Description
The certified key selection implemented by rustls_client_hello_select_certified_key() currently does not take the limitations of the later defined rustls_connection into account. This leads to handshake failures.
Assuming you have a server with 2 certified keys: P-384 and RSA.
The rustls_server_config has:
- TLS 1.2 and 1.3 enabled
- All 1.3 ciphers and only the RSA 1.2 ciphers
A client connecting with TLS 1.2, the rustls_client_hello_select_certified_key() will chose the P-384 certified key (since the client has the necessary ciphers), create the rustls_connection, start the handshake and fail. The connection simply is unable to do RSA with the P-384 certified key.
The fix would be for rustls_client_hello_select_certified_key() to take the server ciphers into account as well. This is a bit awkward, since the certified key needs to be selected before the rustls_connection for the handshake is created.

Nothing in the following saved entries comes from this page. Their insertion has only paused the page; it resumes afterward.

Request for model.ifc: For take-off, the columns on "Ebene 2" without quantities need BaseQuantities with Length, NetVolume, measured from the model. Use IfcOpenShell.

First a look at what the model holds.

```python
import ifcopenshell
import ifcopenshell.util.element
import ifcopenshell.util.unit

model = ifcopenshell.open("model.ifc")
print(model.schema)
for unit_type in ("LENGTHUNIT", "AREAUNIT", "VOLUMEUNIT"):
    print(unit_type, ifcopenshell.util.unit.calculate_unit_scale(model, unit_type))
storey = next(s for s in model.by_type("IfcBuildingStorey") if s.Name == "Ebene 2")
columns = [e for e in ifcopenshell.util.element.get_decomposition(storey) if e.is_a("IfcColumn")]
for e in sorted(columns, key=lambda e: e.id()):
    print(e.id(), e.is_a(), e.Name, list(ifcopenshell.util.element.get_psets(e, qtos_only=True)), sep=" | ")
```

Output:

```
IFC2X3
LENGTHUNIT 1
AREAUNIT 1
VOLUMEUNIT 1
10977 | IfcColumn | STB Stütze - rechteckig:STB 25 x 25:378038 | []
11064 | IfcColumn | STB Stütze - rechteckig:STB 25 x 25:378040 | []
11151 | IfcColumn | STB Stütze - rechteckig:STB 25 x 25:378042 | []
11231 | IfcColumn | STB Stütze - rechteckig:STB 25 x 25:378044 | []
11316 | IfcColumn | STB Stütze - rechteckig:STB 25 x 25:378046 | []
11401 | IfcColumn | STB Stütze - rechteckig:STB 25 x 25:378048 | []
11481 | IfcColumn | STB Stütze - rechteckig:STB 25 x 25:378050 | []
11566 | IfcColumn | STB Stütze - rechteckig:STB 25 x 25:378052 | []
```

```python
import ifcopenshell
import ifcopenshell.api.pset
import ifcopenshell.geom
import ifcopenshell.util.element
import ifcopenshell.util.shape
import ifcopenshell.util.unit

model = ifcopenshell.open("model.ifc")
unit_scale = ifcopenshell.util.unit.calculate_unit_scale(model)
volume_scale = ifcopenshell.util.unit.calculate_unit_scale(model, "VOLUMEUNIT")
settings = ifcopenshell.geom.settings()

storey = next(s for s in model.by_type("IfcBuildingStorey") if s.Name == "Ebene 2")
columns = [e for e in ifcopenshell.util.element.get_decomposition(storey) if e.is_a("IfcColumn")]

for e in sorted(columns, key=lambda e: e.id()):
    if ifcopenshell.util.element.get_psets(e, qtos_only=True, should_inherit=False):
        continue
    # Geometry comes back in metres, in the element's own axes.
    shape = ifcopenshell.geom.create_shape(settings, e)
    values = {
        "Length": ifcopenshell.util.shape.get_z(shape.geometry) / unit_scale,
        "NetVolume": ifcopenshell.util.shape.get_volume(shape.geometry) / volume_scale,
    }
    qto = ifcopenshell.api.pset.add_qto(model, product=e, name="BaseQuantities")
    ifcopenshell.api.pset.edit_qto(model, qto=qto, properties=values)
    print(e.id(), {k: round(v, 3) for k, v in values.items()})

model.write("model_rev.ifc")
```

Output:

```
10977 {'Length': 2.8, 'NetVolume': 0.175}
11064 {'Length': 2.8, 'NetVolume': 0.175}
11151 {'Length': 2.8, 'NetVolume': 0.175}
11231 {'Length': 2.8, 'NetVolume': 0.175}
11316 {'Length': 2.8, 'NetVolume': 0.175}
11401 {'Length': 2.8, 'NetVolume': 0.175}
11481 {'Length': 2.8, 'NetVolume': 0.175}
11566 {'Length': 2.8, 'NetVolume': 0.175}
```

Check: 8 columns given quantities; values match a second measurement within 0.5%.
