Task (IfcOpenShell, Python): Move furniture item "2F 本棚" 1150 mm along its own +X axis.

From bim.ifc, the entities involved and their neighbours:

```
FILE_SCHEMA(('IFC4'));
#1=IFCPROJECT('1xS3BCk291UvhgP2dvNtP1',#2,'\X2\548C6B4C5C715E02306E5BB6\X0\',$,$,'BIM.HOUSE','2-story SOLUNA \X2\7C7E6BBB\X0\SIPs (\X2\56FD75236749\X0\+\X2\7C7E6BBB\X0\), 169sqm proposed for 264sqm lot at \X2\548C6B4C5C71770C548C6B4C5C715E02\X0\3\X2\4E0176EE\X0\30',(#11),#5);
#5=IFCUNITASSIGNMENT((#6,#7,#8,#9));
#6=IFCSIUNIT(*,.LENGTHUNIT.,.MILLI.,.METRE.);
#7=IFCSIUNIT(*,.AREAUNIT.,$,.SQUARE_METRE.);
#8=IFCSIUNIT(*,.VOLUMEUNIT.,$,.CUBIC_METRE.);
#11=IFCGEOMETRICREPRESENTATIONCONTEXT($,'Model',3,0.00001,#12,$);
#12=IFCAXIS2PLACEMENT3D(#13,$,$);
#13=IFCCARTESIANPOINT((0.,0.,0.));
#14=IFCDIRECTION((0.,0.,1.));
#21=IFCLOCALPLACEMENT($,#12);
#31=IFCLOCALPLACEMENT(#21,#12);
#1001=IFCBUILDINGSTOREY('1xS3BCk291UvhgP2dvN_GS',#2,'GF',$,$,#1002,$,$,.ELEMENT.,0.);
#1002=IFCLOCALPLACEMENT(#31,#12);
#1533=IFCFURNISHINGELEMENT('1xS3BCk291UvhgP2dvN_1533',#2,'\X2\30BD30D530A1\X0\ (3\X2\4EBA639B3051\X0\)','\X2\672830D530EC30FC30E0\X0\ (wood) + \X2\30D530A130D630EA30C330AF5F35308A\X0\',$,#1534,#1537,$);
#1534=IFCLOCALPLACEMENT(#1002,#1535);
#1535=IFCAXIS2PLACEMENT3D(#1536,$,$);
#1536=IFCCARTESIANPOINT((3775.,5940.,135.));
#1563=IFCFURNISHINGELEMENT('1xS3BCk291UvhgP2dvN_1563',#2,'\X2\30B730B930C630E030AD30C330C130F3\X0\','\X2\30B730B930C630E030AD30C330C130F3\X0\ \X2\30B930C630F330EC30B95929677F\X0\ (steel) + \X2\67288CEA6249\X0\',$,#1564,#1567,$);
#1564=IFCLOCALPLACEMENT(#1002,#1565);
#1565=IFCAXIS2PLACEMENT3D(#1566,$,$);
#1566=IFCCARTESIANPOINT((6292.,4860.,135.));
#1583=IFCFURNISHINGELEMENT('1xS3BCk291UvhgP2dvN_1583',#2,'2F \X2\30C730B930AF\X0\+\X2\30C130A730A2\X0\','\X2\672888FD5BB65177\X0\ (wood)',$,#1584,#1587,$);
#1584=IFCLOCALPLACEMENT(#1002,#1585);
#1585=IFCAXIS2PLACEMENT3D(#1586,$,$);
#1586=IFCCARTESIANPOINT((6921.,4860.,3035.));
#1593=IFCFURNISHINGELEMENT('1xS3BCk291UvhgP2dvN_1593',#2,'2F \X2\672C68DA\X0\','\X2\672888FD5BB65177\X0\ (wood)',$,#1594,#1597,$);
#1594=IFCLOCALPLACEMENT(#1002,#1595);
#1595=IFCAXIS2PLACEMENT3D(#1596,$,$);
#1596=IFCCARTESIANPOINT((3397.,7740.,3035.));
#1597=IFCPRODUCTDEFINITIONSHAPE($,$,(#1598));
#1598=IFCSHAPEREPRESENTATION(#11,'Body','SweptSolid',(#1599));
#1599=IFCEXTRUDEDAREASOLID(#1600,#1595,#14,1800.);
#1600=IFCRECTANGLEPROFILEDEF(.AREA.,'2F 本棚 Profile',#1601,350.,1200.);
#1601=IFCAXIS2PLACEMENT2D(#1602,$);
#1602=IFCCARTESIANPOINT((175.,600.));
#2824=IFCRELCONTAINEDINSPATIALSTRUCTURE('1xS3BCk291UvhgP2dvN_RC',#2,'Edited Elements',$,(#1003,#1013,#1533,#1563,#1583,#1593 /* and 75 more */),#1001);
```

```python
import ifcopenshell
import ifcopenshell.api.geometry
import ifcopenshell.util.placement
import ifcopenshell.util.unit

model = ifcopenshell.open("bim.ifc")
unit_scale = ifcopenshell.util.unit.calculate_unit_scale(model)

item = model.by_guid("1xS3BCk291UvhgP2dvN_1593")
matrix = ifcopenshell.util.placement.get_local_placement(item.ObjectPlacement)
matrix[:3, 3] += matrix[:3, 0] * 1.15 / unit_scale
ifcopenshell.api.geometry.edit_object_placement(model, product=item, matrix=matrix, is_si=False)

print(ifcopenshell.util.placement.get_local_placement(item.ObjectPlacement).round(3) + 0.0)

model.write("bim_rev.ifc")
```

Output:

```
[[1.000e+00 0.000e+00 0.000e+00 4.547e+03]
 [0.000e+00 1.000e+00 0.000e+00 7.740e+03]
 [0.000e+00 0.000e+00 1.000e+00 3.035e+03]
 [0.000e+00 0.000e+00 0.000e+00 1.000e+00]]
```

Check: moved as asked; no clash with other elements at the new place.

At the moment, this is a rare scenario. But selecting the certified key on incomplete understanding of the TLS properties involved, could lead to more common failures in the future. When a new rustls version is released and disables ciphers or particular combinations of them.
Supporting multiple certified keys in a server was helpful in the introduction of EC. The continued support of such a feature via rustls_client_hello_select_certified_key() carries good intentions, however this case shows that it is incomplete.
I guess, either certified key selection is implemented deep inside the rustls handshake itself or it needs to be abandoned.
Opinions?
PS. minor detail: the error of such a failure gives [7107] peer is incompatible: reason omitted. Where does this reason omitted come from? In the rustls code I see only cases of this error with descriptions.